Among the lines of data below, reproduce only those from the one with "#180=IFCINDEXEDPOLYGONALFACE((1,2,4,3));" through the one with "#185=IFCINDEXEDPOLYGONALFACE((5,7,8,6));", exactly as they stand, both ends included.

^^^^^^^^^^^^^^^^

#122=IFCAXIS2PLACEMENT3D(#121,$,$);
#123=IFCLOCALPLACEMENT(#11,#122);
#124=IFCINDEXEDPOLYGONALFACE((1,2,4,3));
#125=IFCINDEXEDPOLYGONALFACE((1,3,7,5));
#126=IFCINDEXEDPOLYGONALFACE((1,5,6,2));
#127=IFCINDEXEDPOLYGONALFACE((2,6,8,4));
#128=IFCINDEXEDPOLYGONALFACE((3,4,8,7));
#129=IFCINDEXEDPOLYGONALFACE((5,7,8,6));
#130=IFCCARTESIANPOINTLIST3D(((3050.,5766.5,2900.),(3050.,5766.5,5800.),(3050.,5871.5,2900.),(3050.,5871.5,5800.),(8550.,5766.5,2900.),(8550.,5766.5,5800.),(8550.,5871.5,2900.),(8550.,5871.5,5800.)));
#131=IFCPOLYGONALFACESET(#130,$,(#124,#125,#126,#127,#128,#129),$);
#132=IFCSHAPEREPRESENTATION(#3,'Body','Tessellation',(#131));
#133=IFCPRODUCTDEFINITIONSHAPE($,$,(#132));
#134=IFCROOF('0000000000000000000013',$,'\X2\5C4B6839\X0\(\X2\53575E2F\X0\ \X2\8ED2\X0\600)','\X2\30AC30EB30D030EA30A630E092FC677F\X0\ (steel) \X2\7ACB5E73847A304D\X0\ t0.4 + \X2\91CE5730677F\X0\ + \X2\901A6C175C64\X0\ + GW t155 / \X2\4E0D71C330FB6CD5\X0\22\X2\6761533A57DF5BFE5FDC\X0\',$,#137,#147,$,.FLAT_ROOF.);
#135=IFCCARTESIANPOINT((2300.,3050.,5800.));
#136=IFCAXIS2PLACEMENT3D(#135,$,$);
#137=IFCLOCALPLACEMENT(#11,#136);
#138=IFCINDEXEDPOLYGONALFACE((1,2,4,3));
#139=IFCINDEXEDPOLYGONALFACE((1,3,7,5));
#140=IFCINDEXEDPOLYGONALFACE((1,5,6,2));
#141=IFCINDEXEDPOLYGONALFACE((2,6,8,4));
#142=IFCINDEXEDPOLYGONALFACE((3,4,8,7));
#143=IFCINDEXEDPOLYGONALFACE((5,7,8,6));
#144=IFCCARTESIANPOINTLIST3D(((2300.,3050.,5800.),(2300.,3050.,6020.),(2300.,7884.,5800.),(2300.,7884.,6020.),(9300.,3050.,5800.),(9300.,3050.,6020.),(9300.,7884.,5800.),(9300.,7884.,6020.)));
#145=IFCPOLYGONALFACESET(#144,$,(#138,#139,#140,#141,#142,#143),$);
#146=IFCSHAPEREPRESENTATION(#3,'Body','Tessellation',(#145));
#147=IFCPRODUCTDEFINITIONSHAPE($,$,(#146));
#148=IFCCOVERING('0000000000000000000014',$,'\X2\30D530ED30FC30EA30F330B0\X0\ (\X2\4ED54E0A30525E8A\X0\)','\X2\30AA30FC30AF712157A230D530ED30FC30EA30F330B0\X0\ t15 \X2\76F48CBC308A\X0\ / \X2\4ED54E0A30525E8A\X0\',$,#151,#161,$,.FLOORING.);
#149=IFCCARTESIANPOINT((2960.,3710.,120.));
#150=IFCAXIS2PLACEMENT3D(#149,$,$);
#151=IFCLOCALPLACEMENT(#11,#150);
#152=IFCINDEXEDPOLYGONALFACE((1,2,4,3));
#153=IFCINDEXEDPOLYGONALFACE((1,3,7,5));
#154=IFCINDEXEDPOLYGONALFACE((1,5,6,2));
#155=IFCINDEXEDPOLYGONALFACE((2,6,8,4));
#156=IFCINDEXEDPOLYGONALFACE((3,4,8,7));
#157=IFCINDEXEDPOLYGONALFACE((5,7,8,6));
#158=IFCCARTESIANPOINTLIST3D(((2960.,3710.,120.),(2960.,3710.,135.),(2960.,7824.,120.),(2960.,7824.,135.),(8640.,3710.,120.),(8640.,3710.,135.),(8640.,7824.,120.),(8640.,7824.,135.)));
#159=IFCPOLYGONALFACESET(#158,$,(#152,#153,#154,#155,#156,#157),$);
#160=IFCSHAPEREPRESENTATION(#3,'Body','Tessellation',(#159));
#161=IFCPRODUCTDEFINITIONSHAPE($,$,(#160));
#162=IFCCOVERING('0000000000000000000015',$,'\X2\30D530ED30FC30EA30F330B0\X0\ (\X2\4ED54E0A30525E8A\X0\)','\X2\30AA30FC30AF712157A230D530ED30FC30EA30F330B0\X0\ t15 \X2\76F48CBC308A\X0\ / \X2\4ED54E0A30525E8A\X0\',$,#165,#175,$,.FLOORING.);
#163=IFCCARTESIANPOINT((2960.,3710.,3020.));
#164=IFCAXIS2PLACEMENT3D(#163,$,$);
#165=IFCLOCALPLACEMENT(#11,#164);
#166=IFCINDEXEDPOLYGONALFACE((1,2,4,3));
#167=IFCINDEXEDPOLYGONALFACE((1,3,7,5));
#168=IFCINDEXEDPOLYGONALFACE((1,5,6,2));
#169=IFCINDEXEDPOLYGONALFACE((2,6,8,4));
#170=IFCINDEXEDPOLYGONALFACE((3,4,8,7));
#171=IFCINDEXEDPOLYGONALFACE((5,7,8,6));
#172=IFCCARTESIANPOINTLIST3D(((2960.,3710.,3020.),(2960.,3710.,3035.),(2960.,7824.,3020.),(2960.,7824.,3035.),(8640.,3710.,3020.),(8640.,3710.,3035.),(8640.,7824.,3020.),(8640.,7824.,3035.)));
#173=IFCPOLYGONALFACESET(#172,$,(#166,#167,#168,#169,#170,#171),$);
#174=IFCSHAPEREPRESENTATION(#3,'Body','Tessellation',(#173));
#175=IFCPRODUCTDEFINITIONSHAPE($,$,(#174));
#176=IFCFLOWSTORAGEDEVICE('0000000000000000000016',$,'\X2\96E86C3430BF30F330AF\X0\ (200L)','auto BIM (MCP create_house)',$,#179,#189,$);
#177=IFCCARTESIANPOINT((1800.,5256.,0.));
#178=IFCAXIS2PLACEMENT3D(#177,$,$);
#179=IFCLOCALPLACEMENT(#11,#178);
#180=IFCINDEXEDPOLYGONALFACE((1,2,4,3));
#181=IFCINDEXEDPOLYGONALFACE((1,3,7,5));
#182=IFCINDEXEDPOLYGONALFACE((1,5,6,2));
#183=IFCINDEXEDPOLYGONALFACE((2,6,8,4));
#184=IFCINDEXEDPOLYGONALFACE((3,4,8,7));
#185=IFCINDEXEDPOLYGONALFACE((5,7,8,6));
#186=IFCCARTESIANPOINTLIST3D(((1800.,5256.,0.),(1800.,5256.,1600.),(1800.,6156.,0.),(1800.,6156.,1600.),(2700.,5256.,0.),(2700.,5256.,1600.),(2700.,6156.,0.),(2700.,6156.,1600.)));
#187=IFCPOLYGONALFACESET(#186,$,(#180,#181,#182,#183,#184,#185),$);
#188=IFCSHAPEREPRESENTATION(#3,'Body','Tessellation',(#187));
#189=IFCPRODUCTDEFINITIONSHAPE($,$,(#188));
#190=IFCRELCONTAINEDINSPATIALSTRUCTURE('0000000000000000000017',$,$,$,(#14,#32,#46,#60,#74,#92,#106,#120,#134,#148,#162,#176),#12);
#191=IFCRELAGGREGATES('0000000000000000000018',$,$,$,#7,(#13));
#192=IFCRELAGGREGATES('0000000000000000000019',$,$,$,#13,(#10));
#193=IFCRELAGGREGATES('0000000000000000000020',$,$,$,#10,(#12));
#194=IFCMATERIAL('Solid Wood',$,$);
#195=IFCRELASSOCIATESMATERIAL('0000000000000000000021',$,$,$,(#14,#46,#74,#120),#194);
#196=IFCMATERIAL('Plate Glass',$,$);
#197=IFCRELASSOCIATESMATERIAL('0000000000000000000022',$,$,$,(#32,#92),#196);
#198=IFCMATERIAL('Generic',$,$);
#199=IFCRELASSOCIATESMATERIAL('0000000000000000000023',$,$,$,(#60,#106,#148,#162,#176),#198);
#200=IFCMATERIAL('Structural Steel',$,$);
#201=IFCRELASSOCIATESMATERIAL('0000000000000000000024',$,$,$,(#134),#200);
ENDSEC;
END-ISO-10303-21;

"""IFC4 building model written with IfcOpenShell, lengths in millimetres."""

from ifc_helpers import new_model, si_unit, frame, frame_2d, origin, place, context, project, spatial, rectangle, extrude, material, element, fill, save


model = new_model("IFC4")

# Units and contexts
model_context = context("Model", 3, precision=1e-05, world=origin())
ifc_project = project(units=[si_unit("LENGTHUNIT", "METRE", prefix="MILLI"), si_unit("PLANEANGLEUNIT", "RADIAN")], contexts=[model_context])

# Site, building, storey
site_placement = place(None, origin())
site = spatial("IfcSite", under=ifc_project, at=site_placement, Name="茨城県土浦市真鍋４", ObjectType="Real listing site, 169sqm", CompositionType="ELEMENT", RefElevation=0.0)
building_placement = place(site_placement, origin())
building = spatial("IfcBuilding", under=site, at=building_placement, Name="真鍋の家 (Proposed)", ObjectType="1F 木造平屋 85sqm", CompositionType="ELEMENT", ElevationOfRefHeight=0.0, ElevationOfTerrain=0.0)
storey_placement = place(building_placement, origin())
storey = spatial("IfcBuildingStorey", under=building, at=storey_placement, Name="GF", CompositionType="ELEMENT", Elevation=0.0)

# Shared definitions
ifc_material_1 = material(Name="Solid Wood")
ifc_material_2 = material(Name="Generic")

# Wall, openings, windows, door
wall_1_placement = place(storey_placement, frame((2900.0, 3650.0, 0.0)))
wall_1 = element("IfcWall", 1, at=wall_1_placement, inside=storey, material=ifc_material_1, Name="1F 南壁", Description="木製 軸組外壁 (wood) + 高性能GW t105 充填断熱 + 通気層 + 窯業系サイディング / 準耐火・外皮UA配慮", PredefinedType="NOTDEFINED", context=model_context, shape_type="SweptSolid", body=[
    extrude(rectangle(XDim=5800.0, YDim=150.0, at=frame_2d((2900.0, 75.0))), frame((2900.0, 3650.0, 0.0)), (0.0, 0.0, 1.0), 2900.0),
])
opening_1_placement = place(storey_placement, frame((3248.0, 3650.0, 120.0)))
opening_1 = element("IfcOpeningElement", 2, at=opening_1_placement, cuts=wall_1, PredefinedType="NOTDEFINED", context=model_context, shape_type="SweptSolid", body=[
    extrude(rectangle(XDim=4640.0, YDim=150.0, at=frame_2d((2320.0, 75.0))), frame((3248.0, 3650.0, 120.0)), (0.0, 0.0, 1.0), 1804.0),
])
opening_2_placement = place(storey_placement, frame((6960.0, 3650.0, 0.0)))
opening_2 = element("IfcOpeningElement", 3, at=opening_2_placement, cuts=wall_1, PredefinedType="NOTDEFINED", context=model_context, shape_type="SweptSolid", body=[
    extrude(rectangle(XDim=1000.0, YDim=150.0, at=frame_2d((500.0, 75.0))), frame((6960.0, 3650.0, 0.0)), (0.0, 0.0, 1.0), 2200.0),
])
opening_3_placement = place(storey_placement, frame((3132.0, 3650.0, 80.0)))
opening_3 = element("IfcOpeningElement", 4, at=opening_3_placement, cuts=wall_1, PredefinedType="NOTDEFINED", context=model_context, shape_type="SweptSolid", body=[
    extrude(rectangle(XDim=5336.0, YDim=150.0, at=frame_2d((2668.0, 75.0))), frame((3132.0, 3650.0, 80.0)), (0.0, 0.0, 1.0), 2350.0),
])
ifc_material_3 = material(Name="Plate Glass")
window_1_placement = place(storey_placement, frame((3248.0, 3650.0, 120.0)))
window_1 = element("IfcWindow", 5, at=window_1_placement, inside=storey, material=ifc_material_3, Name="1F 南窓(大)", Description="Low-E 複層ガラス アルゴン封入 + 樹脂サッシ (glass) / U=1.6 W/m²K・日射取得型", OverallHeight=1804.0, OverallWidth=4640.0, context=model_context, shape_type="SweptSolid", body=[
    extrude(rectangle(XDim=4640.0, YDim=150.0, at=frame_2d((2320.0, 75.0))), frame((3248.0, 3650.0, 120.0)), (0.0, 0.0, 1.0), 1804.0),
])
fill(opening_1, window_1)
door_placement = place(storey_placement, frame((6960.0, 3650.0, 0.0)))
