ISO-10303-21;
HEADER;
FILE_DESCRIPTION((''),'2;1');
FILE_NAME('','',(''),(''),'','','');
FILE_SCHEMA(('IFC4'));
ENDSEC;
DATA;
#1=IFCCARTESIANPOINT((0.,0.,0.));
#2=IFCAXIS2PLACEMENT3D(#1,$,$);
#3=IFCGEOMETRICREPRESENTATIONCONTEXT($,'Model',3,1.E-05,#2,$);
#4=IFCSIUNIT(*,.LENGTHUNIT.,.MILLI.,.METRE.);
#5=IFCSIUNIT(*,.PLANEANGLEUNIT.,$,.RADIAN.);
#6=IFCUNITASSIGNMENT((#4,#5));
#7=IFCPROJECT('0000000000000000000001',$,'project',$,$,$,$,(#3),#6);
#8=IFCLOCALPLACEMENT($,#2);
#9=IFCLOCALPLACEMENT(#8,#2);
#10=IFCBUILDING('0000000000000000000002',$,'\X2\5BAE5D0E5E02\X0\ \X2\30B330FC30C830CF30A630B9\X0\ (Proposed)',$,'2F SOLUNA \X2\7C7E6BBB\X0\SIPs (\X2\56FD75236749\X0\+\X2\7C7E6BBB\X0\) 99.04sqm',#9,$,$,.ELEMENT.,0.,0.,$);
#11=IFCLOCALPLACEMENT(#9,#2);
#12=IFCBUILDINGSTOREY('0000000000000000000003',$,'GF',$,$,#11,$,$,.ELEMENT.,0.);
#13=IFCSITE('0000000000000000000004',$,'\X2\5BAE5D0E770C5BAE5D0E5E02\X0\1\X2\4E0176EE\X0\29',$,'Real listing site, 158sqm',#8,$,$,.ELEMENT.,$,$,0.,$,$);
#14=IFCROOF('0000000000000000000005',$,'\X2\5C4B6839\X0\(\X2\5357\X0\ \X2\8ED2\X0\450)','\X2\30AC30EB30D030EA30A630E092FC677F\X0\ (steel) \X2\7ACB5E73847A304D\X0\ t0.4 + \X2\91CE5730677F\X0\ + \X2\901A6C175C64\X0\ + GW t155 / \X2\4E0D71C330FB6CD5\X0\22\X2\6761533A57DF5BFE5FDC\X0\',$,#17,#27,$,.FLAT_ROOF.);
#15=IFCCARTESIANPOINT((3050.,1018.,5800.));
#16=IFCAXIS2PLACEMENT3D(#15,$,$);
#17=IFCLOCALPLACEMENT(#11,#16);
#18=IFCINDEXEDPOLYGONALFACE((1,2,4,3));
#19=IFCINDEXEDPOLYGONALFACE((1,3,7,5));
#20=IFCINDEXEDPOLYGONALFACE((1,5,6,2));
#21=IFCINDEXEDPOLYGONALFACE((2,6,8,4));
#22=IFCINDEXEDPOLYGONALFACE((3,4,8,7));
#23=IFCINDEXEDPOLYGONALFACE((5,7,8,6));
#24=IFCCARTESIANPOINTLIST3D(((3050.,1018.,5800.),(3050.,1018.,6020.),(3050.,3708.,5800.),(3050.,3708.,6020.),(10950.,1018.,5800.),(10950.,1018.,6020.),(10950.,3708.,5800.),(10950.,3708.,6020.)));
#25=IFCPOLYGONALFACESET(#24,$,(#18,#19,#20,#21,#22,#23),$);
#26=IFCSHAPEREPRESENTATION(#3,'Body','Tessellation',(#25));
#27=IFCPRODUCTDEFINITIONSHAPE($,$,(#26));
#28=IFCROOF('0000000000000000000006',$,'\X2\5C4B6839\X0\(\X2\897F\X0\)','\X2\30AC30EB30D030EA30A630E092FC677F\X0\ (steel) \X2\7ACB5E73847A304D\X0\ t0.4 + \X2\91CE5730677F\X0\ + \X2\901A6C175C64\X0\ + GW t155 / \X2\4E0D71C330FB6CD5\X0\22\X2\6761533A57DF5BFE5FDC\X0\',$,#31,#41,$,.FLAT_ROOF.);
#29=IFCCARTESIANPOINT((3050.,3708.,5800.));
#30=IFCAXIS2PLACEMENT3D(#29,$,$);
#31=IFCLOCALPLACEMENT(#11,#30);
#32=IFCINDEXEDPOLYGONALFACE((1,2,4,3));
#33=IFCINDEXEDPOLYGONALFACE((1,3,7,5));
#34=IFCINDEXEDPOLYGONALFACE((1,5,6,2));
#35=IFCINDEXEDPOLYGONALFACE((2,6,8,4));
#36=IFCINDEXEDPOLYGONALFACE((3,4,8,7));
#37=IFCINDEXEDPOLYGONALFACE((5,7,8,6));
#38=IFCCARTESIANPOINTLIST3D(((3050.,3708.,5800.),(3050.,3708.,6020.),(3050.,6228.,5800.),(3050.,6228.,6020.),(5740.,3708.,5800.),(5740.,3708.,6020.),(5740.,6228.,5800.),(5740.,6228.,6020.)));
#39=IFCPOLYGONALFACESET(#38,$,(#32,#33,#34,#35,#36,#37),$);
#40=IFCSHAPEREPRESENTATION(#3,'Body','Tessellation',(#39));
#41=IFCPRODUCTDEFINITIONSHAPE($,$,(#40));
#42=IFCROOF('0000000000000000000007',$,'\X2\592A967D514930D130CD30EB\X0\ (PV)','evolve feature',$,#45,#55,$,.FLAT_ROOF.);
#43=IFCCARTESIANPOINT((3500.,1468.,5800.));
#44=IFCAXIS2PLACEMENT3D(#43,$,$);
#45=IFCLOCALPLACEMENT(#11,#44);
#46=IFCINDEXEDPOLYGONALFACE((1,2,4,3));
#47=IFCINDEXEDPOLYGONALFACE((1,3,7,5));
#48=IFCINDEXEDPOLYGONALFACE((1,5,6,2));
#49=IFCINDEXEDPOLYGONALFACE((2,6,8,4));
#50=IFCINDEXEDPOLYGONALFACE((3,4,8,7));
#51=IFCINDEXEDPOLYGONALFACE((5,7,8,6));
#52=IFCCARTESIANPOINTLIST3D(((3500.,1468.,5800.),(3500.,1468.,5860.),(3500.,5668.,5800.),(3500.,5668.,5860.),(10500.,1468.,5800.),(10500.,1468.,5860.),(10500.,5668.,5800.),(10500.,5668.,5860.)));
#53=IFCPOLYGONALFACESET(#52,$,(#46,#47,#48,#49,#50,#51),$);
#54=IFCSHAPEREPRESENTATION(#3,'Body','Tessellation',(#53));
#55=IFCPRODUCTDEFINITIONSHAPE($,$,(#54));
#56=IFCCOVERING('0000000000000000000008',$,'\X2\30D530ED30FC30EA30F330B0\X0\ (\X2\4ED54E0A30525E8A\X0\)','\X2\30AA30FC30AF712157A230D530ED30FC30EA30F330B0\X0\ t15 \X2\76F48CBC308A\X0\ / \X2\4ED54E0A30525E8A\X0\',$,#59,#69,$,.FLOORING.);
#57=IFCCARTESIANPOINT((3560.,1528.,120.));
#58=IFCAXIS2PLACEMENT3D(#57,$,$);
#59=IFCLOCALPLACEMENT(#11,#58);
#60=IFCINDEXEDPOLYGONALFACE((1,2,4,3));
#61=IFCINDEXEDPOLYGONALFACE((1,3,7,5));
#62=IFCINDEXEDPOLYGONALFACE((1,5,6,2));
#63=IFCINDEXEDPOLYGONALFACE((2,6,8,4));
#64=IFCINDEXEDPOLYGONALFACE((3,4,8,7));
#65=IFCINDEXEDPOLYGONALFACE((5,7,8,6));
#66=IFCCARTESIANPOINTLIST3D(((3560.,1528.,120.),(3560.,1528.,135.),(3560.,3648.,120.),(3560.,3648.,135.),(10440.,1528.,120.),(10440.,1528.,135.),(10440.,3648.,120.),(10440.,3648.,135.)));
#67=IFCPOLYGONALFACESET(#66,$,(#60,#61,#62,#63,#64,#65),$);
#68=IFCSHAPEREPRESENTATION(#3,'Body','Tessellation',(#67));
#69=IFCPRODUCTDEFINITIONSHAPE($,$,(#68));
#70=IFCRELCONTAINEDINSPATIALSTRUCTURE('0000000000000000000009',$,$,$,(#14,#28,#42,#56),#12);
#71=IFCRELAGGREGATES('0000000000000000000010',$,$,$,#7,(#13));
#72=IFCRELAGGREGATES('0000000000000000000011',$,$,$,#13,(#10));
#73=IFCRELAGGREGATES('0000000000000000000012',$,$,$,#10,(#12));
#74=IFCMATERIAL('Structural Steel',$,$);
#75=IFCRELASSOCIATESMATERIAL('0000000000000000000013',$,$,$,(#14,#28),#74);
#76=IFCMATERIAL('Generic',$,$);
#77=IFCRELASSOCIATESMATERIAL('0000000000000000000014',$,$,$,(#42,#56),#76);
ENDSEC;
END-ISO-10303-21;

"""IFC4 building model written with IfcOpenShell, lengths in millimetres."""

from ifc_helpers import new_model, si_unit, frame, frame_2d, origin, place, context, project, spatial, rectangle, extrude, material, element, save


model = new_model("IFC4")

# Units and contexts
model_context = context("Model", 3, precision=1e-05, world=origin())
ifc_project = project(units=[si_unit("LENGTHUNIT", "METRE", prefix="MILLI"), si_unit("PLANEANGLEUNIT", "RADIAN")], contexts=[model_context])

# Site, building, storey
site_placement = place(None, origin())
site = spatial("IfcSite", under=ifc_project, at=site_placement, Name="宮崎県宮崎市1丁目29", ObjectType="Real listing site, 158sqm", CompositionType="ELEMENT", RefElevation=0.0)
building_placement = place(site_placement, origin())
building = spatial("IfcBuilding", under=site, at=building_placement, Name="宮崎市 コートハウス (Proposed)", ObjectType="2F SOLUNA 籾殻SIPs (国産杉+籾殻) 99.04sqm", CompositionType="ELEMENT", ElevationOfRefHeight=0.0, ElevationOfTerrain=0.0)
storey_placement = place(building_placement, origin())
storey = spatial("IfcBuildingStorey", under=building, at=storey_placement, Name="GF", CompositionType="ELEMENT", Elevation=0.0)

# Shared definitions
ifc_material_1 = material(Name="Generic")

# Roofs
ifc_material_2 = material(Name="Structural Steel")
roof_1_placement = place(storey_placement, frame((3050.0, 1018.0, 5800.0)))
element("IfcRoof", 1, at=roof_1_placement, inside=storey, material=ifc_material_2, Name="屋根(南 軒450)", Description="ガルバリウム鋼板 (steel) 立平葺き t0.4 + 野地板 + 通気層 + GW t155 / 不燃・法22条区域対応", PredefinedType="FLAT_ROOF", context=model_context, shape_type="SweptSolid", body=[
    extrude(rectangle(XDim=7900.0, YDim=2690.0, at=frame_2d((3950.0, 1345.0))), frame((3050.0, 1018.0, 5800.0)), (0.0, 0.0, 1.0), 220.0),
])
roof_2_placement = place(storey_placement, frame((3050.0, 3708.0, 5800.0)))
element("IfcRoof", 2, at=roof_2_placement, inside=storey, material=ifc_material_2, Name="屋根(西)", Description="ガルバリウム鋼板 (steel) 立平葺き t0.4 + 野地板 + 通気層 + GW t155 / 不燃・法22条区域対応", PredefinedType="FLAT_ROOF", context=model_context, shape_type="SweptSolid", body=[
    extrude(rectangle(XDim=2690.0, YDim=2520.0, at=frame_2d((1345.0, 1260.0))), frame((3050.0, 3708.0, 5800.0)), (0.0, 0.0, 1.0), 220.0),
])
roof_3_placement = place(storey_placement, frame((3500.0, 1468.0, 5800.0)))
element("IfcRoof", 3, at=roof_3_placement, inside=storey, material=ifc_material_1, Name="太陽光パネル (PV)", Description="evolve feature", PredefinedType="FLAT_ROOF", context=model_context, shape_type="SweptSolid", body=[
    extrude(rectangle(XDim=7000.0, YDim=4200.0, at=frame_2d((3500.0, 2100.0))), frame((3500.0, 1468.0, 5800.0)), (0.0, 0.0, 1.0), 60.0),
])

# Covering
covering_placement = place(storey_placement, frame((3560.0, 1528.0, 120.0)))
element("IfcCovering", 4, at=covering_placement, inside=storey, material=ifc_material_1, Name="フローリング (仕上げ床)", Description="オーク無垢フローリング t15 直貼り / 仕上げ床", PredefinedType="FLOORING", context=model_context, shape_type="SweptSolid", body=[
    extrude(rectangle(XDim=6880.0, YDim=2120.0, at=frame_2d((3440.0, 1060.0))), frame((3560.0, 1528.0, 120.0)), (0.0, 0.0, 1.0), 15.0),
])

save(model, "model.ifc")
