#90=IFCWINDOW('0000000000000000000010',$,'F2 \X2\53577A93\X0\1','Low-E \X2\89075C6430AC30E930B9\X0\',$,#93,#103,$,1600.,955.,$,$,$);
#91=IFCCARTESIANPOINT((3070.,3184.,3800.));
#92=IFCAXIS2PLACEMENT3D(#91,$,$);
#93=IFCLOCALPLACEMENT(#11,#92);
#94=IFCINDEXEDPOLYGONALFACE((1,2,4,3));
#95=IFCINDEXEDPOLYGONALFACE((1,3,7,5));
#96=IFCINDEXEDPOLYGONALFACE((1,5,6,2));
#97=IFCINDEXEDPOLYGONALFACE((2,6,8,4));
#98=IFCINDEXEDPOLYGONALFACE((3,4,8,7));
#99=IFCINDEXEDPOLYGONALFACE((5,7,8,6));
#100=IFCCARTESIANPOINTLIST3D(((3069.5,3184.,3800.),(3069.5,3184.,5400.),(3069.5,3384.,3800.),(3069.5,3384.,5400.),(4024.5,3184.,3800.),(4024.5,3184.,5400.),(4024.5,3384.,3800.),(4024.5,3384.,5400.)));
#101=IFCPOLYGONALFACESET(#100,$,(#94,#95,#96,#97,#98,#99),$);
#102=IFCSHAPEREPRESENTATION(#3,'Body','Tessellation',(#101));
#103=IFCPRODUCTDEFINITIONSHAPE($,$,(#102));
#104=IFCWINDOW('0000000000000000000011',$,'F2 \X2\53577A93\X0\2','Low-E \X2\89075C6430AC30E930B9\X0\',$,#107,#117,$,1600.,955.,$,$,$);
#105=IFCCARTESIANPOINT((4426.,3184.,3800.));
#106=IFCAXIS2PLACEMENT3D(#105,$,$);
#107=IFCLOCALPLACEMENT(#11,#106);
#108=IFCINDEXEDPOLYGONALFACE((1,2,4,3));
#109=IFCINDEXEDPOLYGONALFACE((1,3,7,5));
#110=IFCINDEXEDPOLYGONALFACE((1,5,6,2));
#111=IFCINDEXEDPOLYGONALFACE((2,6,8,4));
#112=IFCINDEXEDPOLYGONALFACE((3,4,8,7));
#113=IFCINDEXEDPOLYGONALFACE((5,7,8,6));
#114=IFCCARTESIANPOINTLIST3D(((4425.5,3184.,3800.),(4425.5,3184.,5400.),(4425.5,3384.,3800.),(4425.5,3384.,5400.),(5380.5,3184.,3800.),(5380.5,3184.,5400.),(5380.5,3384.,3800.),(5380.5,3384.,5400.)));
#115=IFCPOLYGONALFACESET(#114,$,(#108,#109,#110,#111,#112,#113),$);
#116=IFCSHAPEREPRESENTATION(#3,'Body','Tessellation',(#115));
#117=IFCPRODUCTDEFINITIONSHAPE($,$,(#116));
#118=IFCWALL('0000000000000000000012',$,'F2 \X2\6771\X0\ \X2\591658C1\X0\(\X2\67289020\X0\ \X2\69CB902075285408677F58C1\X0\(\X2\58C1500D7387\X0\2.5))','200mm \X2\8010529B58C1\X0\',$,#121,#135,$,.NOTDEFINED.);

^^^^^^^^^^^^^^^^

WORKED SOLUTION:
#180=IFCINDEXEDPOLYGONALFACE((1,2,4,3));
#181=IFCINDEXEDPOLYGONALFACE((1,3,7,5));
#182=IFCINDEXEDPOLYGONALFACE((1,5,6,2));
#183=IFCINDEXEDPOLYGONALFACE((2,6,8,4));
#184=IFCINDEXEDPOLYGONALFACE((3,4,8,7));
#185=IFCINDEXEDPOLYGONALFACE((5,7,8,6));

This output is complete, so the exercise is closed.